» Assigned task:
Up to and including the line containing "#97=IFCPRODUCTDEFINITIONSHAPE($,$,(#96));", please reproduce the lines of the listing below, starting from the top.

» Data to use:
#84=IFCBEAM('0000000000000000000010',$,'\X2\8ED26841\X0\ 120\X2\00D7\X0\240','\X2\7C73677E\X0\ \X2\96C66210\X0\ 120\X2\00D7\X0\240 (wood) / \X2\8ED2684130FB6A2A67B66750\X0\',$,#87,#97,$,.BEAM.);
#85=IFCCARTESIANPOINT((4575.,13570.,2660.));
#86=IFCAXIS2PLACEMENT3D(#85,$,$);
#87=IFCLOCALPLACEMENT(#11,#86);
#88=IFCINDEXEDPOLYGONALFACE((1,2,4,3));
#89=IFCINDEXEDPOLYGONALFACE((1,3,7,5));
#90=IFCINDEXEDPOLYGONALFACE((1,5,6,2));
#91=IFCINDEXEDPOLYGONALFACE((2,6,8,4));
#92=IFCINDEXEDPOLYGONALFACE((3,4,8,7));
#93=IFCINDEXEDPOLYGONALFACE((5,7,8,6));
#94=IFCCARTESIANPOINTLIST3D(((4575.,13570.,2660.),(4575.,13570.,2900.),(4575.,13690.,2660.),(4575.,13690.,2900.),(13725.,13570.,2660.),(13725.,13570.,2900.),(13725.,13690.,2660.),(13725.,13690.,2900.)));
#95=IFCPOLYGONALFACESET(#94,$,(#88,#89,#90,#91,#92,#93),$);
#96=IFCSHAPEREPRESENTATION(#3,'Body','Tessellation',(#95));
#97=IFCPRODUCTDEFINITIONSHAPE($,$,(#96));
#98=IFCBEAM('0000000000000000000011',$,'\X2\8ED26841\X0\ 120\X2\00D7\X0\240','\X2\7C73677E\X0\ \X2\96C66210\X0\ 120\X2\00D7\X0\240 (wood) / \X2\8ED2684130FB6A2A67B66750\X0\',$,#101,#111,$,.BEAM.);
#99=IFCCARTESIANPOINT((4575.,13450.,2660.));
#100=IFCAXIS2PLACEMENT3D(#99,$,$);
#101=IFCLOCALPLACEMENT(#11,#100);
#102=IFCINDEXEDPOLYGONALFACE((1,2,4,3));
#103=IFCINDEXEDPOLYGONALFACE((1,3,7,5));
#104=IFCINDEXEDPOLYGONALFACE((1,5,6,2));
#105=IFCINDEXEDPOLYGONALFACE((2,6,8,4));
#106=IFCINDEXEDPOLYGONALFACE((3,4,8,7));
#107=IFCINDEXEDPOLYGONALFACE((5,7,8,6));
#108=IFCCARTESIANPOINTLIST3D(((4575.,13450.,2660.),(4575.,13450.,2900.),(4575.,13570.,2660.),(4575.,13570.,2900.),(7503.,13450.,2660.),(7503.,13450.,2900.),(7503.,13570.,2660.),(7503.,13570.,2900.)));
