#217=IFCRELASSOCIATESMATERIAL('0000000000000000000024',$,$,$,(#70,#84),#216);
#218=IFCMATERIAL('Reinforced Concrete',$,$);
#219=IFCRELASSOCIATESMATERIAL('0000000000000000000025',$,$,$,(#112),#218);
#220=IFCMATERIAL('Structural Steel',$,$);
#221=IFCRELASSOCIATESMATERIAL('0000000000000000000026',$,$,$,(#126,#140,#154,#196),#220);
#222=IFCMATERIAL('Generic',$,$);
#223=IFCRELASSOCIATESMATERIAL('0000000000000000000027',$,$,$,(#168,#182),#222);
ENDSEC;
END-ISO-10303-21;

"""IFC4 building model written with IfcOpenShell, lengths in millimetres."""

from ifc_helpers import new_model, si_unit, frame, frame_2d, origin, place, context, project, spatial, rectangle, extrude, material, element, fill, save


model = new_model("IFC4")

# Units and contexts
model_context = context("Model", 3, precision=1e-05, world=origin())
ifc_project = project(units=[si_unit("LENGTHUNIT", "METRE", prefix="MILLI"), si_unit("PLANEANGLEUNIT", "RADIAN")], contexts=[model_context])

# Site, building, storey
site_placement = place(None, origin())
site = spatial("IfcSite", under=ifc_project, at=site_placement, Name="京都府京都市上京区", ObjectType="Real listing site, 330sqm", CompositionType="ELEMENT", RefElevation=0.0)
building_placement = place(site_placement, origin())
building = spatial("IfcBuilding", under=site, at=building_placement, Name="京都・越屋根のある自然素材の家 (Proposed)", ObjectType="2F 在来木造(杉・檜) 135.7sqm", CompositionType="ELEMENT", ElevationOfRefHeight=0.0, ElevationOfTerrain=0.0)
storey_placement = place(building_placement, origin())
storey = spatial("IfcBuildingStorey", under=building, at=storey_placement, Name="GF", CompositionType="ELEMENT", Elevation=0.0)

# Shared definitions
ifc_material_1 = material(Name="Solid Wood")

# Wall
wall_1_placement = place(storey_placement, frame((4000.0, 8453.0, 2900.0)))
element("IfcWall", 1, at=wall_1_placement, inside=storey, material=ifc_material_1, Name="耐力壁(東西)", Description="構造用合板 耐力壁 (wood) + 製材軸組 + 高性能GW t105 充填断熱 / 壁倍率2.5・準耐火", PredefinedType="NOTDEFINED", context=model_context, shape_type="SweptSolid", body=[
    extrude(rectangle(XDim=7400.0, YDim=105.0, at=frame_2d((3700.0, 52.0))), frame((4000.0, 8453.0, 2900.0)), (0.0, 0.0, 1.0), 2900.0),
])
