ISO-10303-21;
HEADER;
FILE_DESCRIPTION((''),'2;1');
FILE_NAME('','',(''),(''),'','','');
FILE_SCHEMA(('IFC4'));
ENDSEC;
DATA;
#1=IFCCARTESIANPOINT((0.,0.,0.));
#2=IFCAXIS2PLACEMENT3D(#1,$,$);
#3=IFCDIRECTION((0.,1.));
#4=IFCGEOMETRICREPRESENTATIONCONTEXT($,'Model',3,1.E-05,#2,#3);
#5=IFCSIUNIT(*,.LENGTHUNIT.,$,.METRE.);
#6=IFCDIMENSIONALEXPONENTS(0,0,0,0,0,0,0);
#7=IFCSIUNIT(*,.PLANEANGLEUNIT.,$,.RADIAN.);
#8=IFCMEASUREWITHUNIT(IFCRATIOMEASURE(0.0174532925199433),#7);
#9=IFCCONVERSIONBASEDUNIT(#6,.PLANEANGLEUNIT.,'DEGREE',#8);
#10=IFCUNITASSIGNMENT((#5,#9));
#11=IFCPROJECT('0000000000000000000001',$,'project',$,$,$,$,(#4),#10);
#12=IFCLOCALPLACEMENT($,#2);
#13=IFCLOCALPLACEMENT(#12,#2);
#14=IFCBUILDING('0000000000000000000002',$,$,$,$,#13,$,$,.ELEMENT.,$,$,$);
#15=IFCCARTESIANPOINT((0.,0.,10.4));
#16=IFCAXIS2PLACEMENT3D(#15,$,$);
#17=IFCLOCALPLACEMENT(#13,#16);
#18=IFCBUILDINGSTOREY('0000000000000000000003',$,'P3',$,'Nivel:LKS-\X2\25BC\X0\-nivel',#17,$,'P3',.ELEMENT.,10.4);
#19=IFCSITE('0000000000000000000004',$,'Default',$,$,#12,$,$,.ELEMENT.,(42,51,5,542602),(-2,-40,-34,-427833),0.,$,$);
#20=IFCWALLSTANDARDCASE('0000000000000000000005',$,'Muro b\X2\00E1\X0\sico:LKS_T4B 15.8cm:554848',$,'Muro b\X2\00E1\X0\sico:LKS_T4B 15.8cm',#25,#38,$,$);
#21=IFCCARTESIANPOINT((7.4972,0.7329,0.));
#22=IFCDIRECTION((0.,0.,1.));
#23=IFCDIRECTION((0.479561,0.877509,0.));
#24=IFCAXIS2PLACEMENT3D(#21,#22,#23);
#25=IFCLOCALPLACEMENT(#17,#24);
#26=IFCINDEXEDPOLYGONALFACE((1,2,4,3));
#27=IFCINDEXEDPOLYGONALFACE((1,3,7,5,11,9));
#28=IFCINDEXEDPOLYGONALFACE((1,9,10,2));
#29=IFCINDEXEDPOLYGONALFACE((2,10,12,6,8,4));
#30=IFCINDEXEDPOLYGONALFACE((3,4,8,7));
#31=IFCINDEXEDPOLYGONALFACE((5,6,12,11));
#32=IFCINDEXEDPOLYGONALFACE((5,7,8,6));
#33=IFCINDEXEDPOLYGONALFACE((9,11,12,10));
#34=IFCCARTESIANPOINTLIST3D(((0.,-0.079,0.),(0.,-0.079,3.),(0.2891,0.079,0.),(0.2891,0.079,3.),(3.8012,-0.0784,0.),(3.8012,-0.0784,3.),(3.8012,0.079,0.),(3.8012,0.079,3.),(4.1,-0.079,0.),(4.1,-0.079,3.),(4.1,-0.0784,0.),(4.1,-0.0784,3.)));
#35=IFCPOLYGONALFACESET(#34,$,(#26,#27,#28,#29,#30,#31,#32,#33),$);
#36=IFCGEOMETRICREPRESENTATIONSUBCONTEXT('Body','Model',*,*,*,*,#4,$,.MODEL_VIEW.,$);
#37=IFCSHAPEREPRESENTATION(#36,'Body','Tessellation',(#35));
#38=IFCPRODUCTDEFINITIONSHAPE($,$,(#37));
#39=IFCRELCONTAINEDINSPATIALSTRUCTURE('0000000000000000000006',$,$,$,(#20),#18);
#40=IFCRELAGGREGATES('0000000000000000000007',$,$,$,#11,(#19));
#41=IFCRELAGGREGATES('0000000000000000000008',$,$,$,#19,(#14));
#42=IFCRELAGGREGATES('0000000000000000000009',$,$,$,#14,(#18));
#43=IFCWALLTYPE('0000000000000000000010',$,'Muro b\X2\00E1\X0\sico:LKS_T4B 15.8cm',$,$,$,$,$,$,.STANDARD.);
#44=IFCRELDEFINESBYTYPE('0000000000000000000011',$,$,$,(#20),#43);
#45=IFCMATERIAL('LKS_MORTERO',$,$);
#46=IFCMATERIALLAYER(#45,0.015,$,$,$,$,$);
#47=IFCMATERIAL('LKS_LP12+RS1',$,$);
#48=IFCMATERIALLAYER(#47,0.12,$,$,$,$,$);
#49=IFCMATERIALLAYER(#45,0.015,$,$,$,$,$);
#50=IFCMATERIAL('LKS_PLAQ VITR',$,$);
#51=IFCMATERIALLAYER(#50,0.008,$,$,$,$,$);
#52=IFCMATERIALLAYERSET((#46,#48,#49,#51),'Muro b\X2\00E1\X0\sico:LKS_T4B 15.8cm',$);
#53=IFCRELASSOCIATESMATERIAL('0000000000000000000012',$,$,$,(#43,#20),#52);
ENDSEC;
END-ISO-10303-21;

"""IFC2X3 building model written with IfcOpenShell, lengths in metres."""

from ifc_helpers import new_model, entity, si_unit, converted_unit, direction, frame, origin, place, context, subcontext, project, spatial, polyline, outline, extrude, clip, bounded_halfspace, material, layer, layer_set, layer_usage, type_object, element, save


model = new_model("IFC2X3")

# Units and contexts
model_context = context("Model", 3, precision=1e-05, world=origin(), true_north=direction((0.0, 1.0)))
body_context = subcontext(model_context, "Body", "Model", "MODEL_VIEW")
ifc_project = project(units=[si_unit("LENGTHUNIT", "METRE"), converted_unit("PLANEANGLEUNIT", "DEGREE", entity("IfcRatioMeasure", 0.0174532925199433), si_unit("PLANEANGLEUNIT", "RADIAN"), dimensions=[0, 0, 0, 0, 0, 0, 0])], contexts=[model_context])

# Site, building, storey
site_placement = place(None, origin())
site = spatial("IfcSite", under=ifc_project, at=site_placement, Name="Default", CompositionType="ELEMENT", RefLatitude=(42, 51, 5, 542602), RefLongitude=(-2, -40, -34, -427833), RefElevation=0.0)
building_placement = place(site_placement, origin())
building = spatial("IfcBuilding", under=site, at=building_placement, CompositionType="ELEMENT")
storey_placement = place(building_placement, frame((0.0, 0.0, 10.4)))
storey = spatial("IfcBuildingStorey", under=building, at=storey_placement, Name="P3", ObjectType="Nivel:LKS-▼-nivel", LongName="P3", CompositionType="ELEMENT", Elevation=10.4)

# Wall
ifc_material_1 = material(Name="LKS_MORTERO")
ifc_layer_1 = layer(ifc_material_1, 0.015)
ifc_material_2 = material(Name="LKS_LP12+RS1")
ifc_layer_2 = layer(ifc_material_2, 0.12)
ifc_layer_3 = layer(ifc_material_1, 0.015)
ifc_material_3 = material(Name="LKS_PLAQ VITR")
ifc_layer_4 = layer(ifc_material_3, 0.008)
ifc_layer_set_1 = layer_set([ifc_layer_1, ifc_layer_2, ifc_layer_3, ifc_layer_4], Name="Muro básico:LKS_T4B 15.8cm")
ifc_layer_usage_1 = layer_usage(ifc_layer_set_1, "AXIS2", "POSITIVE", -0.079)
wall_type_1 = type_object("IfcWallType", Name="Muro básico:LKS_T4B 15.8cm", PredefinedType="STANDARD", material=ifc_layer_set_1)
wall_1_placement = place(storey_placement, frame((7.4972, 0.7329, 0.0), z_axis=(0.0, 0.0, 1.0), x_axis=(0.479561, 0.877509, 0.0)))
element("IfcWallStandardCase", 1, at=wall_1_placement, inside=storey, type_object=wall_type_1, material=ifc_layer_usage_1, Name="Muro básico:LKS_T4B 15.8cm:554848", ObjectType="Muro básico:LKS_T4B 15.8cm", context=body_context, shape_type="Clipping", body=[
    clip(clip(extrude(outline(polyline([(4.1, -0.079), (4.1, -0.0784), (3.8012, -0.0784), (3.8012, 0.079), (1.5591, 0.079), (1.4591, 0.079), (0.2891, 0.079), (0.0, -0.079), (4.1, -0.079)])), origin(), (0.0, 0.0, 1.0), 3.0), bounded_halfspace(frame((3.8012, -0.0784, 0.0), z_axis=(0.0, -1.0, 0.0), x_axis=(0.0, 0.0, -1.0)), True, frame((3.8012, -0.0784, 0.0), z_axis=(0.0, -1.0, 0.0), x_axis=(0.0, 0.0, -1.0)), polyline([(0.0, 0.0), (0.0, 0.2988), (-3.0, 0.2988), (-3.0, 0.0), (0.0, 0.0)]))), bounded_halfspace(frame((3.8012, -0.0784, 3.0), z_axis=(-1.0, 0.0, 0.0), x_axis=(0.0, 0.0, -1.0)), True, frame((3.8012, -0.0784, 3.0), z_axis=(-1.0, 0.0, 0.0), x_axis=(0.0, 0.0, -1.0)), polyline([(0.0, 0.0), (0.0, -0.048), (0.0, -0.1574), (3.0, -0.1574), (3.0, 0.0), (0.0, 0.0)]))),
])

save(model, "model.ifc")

» Solved exercise:
#84=IFCBEAM('0000000000000000000010',$,'\X2\8ED26841\X0\ 120\X2\00D7\X0\240','\X2\7C73677E\X0\ \X2\96C66210\X0\ 120\X2\00D7\X0\240 (wood) / \X2\8ED2684130FB6A2A67B66750\X0\',$,#87,#97,$,.BEAM.);
#85=IFCCARTESIANPOINT((4575.,13570.,2660.));
#86=IFCAXIS2PLACEMENT3D(#85,$,$);
#87=IFCLOCALPLACEMENT(#11,#86);
#88=IFCINDEXEDPOLYGONALFACE((1,2,4,3));
#89=IFCINDEXEDPOLYGONALFACE((1,3,7,5));
#90=IFCINDEXEDPOLYGONALFACE((1,5,6,2));
#91=IFCINDEXEDPOLYGONALFACE((2,6,8,4));
#92=IFCINDEXEDPOLYGONALFACE((3,4,8,7));
#93=IFCINDEXEDPOLYGONALFACE((5,7,8,6));
#94=IFCCARTESIANPOINTLIST3D(((4575.,13570.,2660.),(4575.,13570.,2900.),(4575.,13690.,2660.),(4575.,13690.,2900.),(13725.,13570.,2660.),(13725.,13570.,2900.),(13725.,13690.,2660.),(13725.,13690.,2900.)));
#95=IFCPOLYGONALFACESET(#94,$,(#88,#89,#90,#91,#92,#93),$);
#96=IFCSHAPEREPRESENTATION(#3,'Body','Tessellation',(#95));
#97=IFCPRODUCTDEFINITIONSHAPE($,$,(#96));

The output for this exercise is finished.